**Task**
Set down the lines of the data exactly, starting at the first and stopping after the line containing "#14=IFCLOCALPLACEMENT(#13,#4);".
-- Data shown follows --
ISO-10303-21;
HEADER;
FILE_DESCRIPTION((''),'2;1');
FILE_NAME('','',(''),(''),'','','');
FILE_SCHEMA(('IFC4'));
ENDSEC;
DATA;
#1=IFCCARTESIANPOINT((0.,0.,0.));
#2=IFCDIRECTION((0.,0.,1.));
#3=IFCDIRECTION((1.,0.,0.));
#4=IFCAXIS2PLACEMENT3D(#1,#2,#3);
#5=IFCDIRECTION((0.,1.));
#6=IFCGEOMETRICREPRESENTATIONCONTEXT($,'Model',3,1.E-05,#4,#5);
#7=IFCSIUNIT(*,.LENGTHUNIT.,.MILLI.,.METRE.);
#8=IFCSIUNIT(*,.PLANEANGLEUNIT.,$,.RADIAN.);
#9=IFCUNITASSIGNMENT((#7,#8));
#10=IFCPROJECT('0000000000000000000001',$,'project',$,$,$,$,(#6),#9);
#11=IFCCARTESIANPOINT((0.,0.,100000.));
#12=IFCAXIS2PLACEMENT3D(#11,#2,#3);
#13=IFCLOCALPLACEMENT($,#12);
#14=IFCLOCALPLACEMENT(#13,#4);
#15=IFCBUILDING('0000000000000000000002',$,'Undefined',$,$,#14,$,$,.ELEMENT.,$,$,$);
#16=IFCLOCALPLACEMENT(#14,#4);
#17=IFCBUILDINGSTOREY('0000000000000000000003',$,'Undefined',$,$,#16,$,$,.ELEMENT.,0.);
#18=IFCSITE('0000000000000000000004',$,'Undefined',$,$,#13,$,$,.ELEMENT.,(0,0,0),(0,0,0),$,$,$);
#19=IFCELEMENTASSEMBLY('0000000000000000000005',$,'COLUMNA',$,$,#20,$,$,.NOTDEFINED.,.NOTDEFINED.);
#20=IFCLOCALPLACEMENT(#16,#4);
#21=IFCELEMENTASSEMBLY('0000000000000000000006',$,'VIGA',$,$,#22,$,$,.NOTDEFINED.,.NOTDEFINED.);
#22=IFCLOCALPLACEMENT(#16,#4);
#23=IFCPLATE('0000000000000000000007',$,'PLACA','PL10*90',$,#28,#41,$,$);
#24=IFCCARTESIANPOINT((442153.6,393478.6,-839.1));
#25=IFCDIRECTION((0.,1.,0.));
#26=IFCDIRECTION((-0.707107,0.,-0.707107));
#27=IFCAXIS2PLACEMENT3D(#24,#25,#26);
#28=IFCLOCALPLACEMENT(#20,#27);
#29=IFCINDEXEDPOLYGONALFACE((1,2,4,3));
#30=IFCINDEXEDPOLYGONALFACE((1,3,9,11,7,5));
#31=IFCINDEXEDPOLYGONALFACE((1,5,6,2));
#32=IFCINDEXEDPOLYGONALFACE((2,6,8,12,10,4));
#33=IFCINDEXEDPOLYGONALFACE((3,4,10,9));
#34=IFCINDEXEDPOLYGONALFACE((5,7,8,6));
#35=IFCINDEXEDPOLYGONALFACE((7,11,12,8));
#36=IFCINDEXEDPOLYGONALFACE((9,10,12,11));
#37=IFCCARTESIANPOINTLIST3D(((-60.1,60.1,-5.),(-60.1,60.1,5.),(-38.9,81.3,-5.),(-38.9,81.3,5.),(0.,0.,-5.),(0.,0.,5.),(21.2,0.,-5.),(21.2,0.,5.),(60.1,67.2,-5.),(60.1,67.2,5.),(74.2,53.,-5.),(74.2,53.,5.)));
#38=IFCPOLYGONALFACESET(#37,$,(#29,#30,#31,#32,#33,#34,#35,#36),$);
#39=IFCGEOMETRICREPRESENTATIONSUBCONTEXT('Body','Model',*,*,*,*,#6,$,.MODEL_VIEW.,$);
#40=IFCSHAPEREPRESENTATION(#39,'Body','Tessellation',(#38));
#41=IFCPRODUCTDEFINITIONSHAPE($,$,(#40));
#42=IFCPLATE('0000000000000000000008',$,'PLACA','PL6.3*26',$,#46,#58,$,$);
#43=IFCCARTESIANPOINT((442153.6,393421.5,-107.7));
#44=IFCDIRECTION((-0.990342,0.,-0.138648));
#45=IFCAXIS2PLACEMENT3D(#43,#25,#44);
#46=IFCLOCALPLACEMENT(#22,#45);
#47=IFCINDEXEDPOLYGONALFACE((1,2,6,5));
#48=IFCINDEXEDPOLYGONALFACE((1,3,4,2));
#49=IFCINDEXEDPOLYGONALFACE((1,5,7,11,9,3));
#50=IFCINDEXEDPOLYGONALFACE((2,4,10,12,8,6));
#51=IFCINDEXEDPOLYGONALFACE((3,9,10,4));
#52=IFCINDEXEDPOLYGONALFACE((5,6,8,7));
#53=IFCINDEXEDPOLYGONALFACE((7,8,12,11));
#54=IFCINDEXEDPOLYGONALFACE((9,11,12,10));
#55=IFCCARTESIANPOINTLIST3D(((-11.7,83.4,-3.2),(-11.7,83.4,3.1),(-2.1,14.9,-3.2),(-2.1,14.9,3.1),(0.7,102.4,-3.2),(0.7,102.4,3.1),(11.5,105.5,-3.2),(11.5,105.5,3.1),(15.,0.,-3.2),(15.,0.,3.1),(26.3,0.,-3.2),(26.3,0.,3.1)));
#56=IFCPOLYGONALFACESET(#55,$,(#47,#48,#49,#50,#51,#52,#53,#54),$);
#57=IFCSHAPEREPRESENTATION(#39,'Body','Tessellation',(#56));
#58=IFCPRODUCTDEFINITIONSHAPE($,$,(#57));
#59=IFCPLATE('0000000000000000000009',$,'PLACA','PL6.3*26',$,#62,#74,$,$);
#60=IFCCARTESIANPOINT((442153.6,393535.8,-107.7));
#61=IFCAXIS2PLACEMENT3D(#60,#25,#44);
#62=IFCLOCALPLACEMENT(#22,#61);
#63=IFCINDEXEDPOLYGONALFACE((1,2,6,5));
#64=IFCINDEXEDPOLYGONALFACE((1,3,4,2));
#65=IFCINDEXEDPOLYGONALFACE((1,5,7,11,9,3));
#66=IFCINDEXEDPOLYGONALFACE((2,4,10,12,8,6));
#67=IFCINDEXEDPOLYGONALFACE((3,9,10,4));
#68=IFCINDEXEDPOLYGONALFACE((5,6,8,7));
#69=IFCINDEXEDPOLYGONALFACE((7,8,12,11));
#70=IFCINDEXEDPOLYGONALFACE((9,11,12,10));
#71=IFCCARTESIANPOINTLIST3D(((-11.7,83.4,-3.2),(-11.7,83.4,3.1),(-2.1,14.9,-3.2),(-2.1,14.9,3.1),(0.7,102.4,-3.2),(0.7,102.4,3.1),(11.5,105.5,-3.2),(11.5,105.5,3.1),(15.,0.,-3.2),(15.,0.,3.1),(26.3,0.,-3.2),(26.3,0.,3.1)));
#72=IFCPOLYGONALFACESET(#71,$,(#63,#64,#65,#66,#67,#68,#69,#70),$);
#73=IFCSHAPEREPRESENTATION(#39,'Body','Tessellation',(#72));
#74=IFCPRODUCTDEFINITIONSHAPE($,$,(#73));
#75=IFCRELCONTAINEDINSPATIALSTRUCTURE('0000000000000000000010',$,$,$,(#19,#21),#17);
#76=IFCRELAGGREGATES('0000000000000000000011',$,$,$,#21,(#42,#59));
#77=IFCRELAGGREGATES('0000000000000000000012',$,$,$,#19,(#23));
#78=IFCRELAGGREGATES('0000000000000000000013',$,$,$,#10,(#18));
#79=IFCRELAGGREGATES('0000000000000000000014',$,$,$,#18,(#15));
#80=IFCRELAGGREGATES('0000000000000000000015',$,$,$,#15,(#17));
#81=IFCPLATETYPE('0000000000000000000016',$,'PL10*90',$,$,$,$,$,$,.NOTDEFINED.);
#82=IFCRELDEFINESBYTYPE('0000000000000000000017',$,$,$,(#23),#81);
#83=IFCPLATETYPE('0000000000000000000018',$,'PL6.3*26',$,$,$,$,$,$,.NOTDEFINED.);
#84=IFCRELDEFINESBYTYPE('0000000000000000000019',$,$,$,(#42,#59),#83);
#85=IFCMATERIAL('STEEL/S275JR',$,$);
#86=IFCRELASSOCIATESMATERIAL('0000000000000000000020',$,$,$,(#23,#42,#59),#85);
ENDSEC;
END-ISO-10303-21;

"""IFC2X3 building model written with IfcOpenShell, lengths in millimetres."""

from ifc_helpers import new_model, si_unit, direction, frame, origin_with_axes, place, context, subcontext, project, spatial, polyline, outline, extrude, material, type_object, element, aggregate, save


model = new_model("IFC2X3")

# Units and contexts
model_context = context("Model", 3, precision=1e-05, world=origin_with_axes(), true_north=direction((0.0, 1.0)))
body_context = subcontext(model_context, "Body", "Model", "MODEL_VIEW")
ifc_project = project(units=[si_unit("LENGTHUNIT", "METRE", prefix="MILLI"), si_unit("PLANEANGLEUNIT", "RADIAN")], contexts=[model_context])

# Site, building, storey
site_placement = place(None, frame((0.0, 0.0, 100000.0), z_axis=(0.0, 0.0, 1.0), x_axis=(1.0, 0.0, 0.0)))
site = spatial("IfcSite", under=ifc_project, at=site_placement, Name="Undefined", CompositionType="ELEMENT", RefLatitude=(0, 0, 0), RefLongitude=(0, 0, 0))
building_placement = place(site_placement, origin_with_axes())
building = spatial("IfcBuilding", under=site, at=building_placement, Name="Undefined", CompositionType="ELEMENT")
storey_placement = place(building_placement, origin_with_axes())
storey = spatial("IfcBuildingStorey", under=building, at=storey_placement, Name="Undefined", CompositionType="ELEMENT", Elevation=0.0)

# Shared definitions
ifc_material_1 = material(Name="STEEL/S275JR")

# Element assembly
assembly_1_placement = place(storey_placement, origin_with_axes())
assembly_1 = element("IfcElementAssembly", 1, at=assembly_1_placement, inside=storey, Name="COLUMNA", AssemblyPlace="NOTDEFINED", PredefinedType="NOTDEFINED")

# Element assembly
assembly_2_placement = place(storey_placement, origin_with_axes())
assembly_2 = element("IfcElementAssembly", 2, at=assembly_2_placement, inside=storey, Name="VIGA", AssemblyPlace="NOTDEFINED", PredefinedType="NOTDEFINED")

# Plates
plate_type_1 = type_object("IfcPlateType", Name="PL10*90", PredefinedType="NOTDEFINED")
plate_1_placement = place(assembly_1_placement, frame((442153.6, 393478.6, -839.1), z_axis=(0.0, 1.0, 0.0), x_axis=(-0.707107, 0.0, -0.707107)))
plate_1 = element("IfcPlate", 3, at=plate_1_placement, type_object=plate_type_1, material=ifc_material_1, Name="PLACA", Description="PL10*90", context=body_context, shape_type="SweptSolid", body=[
    extrude(outline(polyline([(0.0, 0.0), (21.2, 0.0), (74.2, 53.0), (60.1, 67.2), (-38.9, 81.3), (-60.1, 60.1), (0.0, 0.0)])), frame((0.0, 0.0, -5.0), z_axis=(0.0, 0.0, 1.0), x_axis=(1.0, 0.0, 0.0)), (0.0, 0.0, 1.0), 10.0),
])
plate_type_2 = type_object("IfcPlateType", Name="PL6.3*26", PredefinedType="NOTDEFINED")
plate_2_placement = place(assembly_2_placement, frame((442153.6, 393421.5, -107.7), z_axis=(0.0, 1.0, 0.0), x_axis=(-0.990342, 0.0, -0.138648)))
plate_2 = element("IfcPlate", 4, at=plate_2_placement, type_object=plate_type_2, material=ifc_material_1, Name="PLACA", Description="PL6.3*26", context=body_context, shape_type="SweptSolid", body=[
    extrude(outline(polyline([(-2.1, 14.9), (15.0, 0.0), (26.3, 0.0), (11.5, 105.5), (0.7, 102.4), (-11.7, 83.4), (-2.1, 14.9)])), frame((0.0, 0.0, -3.1), z_axis=(0.0, 0.0, 1.0), x_axis=(1.0, 0.0, 0.0)), (0.0, 0.0, 1.0), 6.3),
])
plate_3_placement = place(assembly_2_placement, frame((442153.6, 393535.8, -107.7), z_axis=(0.0, 1.0, 0.0), x_axis=(-0.990342, 0.0, -0.138648)))
plate_3 = element("IfcPlate", 5, at=plate_3_placement, type_object=plate_type_2, material=ifc_material_1, Name="PLACA", Description="PL6.3*26", context=body_context, shape_type="SweptSolid", body=[
    extrude(outline(polyline([(-2.1, 14.9), (15.0, 0.0), (26.3, 0.0), (11.5, 105.5), (0.7, 102.4), (-11.7, 83.4), (-2.1, 14.9)])), frame((0.0, 0.0, -3.1), z_axis=(0.0, 0.0, 1.0), x_axis=(1.0, 0.0, 0.0)), (0.0, 0.0, 1.0), 6.3),
])
aggregate(assembly_2, [plate_2, plate_3])

aggregate(assembly_1, [plate_1])

save(model, "model.ifc")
-- Data shown concluded --
**Task response**
ISO-10303-21;
HEADER;
FILE_DESCRIPTION((''),'2;1');
FILE_NAME('','',(''),(''),'','','');
FILE_SCHEMA(('IFC4'));
ENDSEC;
DATA;
#1=IFCCARTESIANPOINT((0.,0.,0.));
#2=IFCDIRECTION((0.,0.,1.));
#3=IFCDIRECTION((1.,0.,0.));
#4=IFCAXIS2PLACEMENT3D(#1,#2,#3);
#5=IFCDIRECTION((0.,1.));
#6=IFCGEOMETRICREPRESENTATIONCONTEXT($,'Model',3,1.E-05,#4,#5);
#7=IFCSIUNIT(*,.LENGTHUNIT.,.MILLI.,.METRE.);
#8=IFCSIUNIT(*,.PLANEANGLEUNIT.,$,.RADIAN.);
#9=IFCUNITASSIGNMENT((#7,#8));
#10=IFCPROJECT('0000000000000000000001',$,'project',$,$,$,$,(#6),#9);
#11=IFCCARTESIANPOINT((0.,0.,100000.));
#12=IFCAXIS2PLACEMENT3D(#11,#2,#3);
#13=IFCLOCALPLACEMENT($,#12);
#14=IFCLOCALPLACEMENT(#13,#4);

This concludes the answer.